I'm going to do my best to do a quick summary so I can release some of the heaviness I hold around all the responsibilities I can't meet.

Life is ***ing hard. Everytime I expect it to get easier, it doesn't. And yet, my guides keep telling me to have faith. This is what I call spiritual graduate school, and I'm definitely not doing well. However I'm learning a lot.

After 3.5 years of self employment and not seeing success (not even enough to pay the bills) I'm burnt out, stressed out, and scared. What I've discovered is that, where some people do well with some pushing, I shut down. I can't be pushed any more and even a hint of pressure shuts me down. It's so crazy to me, but it is what it is.

So what helps? First, I read a book called The Willpower Instinct which helps. To know I only need 5 minutes of meditation. 5 minutes of movement. That's enough to reduce burnout and rebuild a little willpower to do the things necessary to move forward.

And it helps. Except when stress kicks so high that I can't make the right choices and spiral again. You know, I thought I'd faced my darkness before. I'd only scratched the surface. On the plus side, I am not drawn to drugs or alcohol so I haven't done anything permanently damaging. I'm just not doing what I need to do because it's all too much.
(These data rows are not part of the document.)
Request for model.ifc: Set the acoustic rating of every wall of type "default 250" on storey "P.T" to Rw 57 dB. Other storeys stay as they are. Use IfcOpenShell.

First a look at what the model holds.

```python
import ifcopenshell
import ifcopenshell.util.element

model = ifcopenshell.open("model.ifc")
print(model.schema)
storey = next(s for s in model.by_type("IfcBuildingStorey") if s.Name == "P.T")
walls = [e for e in ifcopenshell.util.element.get_decomposition(storey) if e.is_a("IfcWall")]
seen = {}
for e in walls:
    element_type = ifcopenshell.util.element.get_type(e)
    key = (element_type.Name if element_type != e and element_type else None, ifcopenshell.util.element.get_pset(e, "Pset_WallCommon", "AcousticRating"))
    seen[key] = seen.get(key, 0) + 1
for (name, value), count in sorted(seen.items(), key=str):
    print(count, "x", name, "|", value)
```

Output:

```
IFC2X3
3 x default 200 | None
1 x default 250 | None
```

```python
import ifcopenshell
import ifcopenshell.api.pset
import ifcopenshell.util.element

model = ifcopenshell.open("model.ifc")

storey = next(s for s in model.by_type("IfcBuildingStorey") if s.Name == "P.T")
walls = [e for e in ifcopenshell.util.element.get_decomposition(storey) if e.is_a("IfcWall")]

count = 0
for e in walls:
    element_type = ifcopenshell.util.element.get_type(e)
    if element_type in (None, e) or element_type.Name != "default 250":
        continue
    # add_pset returns the element's existing set when there is one.
    pset = ifcopenshell.api.pset.add_pset(model, product=e, name="Pset_WallCommon")
    ifcopenshell.api.pset.edit_pset(model, pset=pset, properties={"AcousticRating": "Rw 57 dB"})
    count += 1

print(count, "walls updated")

model.write("model_rev.ifc")
```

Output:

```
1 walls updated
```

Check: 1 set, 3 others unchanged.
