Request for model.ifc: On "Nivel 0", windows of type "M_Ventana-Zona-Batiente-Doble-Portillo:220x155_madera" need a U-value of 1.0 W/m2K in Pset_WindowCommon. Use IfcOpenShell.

First a look at what the model holds.

```python
import ifcopenshell
import ifcopenshell.util.element

model = ifcopenshell.open("model.ifc")
print(model.schema)
storey = next(s for s in model.by_type("IfcBuildingStorey") if s.Name == "Nivel 0")
windows = [e for e in ifcopenshell.util.element.get_decomposition(storey) if e.is_a("IfcWindow")]
seen = {}
for e in windows:
    element_type = ifcopenshell.util.element.get_type(e)
    key = (element_type.Name if element_type != e and element_type else None, ifcopenshell.util.element.get_pset(e, "Pset_WindowCommon", "ThermalTransmittance"))
    seen[key] = seen.get(key, 0) + 1
for (name, value), count in sorted(seen.items(), key=str):
    print(count, "x", name, "|", value)
```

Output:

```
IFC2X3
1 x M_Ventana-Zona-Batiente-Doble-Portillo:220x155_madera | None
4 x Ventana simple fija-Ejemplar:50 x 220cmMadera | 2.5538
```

```python
import ifcopenshell
import ifcopenshell.api.pset
import ifcopenshell.util.element

model = ifcopenshell.open("model.ifc")

storey = next(s for s in model.by_type("IfcBuildingStorey") if s.Name == "Nivel 0")
windows = [e for e in ifcopenshell.util.element.get_decomposition(storey) if e.is_a("IfcWindow")]

count = 0
for e in windows:
    element_type = ifcopenshell.util.element.get_type(e)
    if element_type in (None, e) or element_type.Name != "M_Ventana-Zona-Batiente-Doble-Portillo:220x155_madera":
        continue
    # add_pset returns the element's existing set when there is one.
    pset = ifcopenshell.api.pset.add_pset(model, product=e, name="Pset_WindowCommon")
    ifcopenshell.api.pset.edit_pset(model, pset=pset, properties={"ThermalTransmittance": 1.0})
    count += 1

print(count, "windows updated")

model.write("model_edited.ifc")
```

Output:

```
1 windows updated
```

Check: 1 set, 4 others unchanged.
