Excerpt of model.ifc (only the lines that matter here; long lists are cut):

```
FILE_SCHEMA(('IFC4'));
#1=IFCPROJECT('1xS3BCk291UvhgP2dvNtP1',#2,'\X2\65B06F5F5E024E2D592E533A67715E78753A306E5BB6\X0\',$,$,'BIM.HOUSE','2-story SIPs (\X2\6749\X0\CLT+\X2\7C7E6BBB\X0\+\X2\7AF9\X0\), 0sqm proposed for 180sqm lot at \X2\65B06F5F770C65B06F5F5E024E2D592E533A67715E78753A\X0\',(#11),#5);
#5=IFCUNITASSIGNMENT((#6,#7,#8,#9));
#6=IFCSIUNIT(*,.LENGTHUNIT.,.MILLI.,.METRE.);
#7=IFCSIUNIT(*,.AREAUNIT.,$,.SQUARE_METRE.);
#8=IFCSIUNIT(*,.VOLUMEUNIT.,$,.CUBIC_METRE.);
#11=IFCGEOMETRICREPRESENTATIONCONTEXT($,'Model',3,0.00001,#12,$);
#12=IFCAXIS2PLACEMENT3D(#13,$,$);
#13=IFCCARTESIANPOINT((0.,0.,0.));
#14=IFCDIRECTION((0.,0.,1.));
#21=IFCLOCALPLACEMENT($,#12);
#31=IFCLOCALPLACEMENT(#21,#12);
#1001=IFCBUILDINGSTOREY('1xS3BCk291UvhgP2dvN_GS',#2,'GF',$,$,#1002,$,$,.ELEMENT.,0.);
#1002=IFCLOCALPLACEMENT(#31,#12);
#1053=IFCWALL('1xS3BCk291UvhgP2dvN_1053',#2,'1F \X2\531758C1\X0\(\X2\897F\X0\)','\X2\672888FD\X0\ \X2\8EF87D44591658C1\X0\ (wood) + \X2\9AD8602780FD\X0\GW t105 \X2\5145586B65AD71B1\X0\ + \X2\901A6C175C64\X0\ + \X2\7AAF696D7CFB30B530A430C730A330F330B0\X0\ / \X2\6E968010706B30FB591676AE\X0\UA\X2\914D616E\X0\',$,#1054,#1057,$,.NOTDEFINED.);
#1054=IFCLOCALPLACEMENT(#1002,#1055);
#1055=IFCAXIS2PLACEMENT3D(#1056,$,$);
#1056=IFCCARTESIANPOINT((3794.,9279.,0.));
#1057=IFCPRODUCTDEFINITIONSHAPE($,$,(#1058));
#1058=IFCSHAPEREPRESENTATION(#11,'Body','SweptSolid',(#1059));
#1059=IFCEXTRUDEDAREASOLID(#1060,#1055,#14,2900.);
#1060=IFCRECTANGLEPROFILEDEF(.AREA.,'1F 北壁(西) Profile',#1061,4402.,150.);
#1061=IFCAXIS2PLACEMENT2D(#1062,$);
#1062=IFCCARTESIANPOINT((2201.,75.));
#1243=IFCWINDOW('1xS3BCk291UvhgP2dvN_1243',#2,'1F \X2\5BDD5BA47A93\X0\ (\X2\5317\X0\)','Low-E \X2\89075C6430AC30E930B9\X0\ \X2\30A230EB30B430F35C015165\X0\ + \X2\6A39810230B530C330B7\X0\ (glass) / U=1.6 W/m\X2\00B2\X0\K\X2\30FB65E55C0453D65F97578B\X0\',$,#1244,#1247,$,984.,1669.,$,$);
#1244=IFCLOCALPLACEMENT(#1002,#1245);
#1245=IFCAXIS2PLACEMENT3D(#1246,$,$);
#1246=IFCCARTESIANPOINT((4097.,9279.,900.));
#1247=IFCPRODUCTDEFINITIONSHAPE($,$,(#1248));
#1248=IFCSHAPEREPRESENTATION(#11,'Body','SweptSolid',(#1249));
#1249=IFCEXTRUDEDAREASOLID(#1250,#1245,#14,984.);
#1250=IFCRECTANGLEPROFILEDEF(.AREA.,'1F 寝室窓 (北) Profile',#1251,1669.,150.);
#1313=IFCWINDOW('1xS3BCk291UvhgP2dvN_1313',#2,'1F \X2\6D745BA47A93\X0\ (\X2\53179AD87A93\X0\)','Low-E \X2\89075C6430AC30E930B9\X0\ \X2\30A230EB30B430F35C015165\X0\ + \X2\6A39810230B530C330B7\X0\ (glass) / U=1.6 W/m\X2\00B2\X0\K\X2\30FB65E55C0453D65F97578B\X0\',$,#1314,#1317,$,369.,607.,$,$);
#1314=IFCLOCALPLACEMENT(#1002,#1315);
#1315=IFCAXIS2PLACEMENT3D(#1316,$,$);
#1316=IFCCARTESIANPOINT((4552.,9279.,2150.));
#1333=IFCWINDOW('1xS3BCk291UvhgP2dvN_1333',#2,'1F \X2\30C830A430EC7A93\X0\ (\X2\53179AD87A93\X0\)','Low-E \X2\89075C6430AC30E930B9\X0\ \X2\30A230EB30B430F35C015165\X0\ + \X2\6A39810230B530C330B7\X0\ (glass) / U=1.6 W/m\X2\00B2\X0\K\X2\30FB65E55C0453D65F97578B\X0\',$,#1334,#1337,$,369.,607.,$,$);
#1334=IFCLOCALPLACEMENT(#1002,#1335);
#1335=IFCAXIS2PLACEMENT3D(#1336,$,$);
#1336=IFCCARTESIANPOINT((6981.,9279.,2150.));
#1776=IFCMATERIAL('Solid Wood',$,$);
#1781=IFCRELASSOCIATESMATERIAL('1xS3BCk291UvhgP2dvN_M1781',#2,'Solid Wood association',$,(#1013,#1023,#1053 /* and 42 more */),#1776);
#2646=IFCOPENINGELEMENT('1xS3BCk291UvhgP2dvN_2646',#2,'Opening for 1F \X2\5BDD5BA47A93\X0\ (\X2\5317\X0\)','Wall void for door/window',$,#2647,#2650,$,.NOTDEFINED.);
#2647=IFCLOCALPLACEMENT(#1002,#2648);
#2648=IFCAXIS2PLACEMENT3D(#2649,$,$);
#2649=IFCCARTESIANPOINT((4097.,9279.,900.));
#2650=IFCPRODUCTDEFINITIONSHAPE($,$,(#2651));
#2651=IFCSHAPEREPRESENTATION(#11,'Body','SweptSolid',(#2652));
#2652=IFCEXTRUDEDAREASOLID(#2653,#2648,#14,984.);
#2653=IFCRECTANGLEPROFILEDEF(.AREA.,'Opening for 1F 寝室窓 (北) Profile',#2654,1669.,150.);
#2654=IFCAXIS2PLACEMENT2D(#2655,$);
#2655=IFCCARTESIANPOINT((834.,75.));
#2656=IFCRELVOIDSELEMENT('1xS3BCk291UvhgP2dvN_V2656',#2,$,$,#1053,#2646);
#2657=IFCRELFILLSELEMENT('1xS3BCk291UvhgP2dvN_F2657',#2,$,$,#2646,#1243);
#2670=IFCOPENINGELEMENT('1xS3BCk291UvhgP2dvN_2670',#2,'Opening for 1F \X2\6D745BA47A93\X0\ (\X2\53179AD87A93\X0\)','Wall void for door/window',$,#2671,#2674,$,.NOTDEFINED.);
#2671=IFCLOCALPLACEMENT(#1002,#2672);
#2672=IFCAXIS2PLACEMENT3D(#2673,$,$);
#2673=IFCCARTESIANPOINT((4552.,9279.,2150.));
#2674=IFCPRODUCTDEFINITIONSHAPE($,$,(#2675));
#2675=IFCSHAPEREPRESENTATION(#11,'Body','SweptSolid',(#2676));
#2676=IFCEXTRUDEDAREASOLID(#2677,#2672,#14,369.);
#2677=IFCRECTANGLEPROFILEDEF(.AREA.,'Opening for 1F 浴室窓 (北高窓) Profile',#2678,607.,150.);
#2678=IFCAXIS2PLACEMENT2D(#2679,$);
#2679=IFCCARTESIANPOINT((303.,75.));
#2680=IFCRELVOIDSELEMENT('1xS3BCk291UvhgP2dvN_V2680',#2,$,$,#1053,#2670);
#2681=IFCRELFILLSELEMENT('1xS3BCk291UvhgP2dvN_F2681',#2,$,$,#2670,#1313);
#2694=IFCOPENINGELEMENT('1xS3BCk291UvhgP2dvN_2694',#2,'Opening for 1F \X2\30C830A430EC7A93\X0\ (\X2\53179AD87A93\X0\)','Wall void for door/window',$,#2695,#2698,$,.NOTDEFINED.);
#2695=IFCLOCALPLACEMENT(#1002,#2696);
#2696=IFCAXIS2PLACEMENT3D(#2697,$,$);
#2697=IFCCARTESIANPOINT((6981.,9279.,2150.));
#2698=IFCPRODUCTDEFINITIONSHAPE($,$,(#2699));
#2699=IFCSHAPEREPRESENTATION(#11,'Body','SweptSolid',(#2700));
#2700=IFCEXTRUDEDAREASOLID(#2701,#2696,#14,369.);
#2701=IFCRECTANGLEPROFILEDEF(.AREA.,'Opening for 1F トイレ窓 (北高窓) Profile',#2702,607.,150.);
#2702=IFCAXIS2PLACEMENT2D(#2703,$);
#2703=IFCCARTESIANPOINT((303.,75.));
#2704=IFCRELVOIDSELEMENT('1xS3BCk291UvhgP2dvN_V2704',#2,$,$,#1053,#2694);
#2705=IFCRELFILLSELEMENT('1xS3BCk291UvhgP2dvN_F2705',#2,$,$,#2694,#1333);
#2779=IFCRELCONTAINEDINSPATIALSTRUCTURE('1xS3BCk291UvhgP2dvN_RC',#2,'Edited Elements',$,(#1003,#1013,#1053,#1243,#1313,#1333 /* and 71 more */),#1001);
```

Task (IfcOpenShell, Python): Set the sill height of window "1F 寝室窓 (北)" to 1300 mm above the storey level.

```python
import numpy as np
import ifcopenshell
import ifcopenshell.api.geometry
import ifcopenshell.geom
import ifcopenshell.util.element
import ifcopenshell.util.placement
import ifcopenshell.util.shape
import ifcopenshell.util.unit

model = ifcopenshell.open("model.ifc")
unit_scale = ifcopenshell.util.unit.calculate_unit_scale(model)

window = model.by_guid("1xS3BCk291UvhgP2dvN_1243")
opening = window.FillsVoids[0].RelatingOpeningElement
storey = ifcopenshell.util.element.get_container(window, ifc_class="IfcBuildingStorey")
level = ifcopenshell.util.placement.get_local_placement(storey.ObjectPlacement)[2, 3]

# The opening's origin need not be at the sill, so measure its lowest point.
shape = ifcopenshell.geom.create_shape(ifcopenshell.geom.settings(), opening)
bottom = ifcopenshell.util.shape.get_shape_bottom_elevation(shape, shape.geometry) / unit_scale
dz = level + 1.3 / unit_scale - bottom

shift = np.array([0.0, 0.0, dz])
# The window is not placed relative to its opening, so move both.
for product in (opening, window):
    matrix = ifcopenshell.util.placement.get_local_placement(product.ObjectPlacement)
    matrix[:3, 3] += shift
    ifcopenshell.api.geometry.edit_object_placement(model, product=product, matrix=matrix, is_si=False)

print(f"moved by {dz * unit_scale:+.3f} m")

model.write("model_updated.ifc")
```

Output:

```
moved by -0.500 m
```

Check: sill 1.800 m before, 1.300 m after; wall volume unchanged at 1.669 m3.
I'm learning so much about myself, about motivation, I'm going to have a lot to share someday. Hopefully someday soon! There is always a part of me looking at how I can turn this into a lesson for others. And when I come through this I'm going to be able to give back in ways I never had before.

I wish I had someone who could help me do the things I need to every day. To remind me, hell to sit on skype if necessary and we meditate together. But everyone I know is struggling. And it passes off accountability on others, or something like that according to my business coach (who is amazing but also frustrating sometimes lol).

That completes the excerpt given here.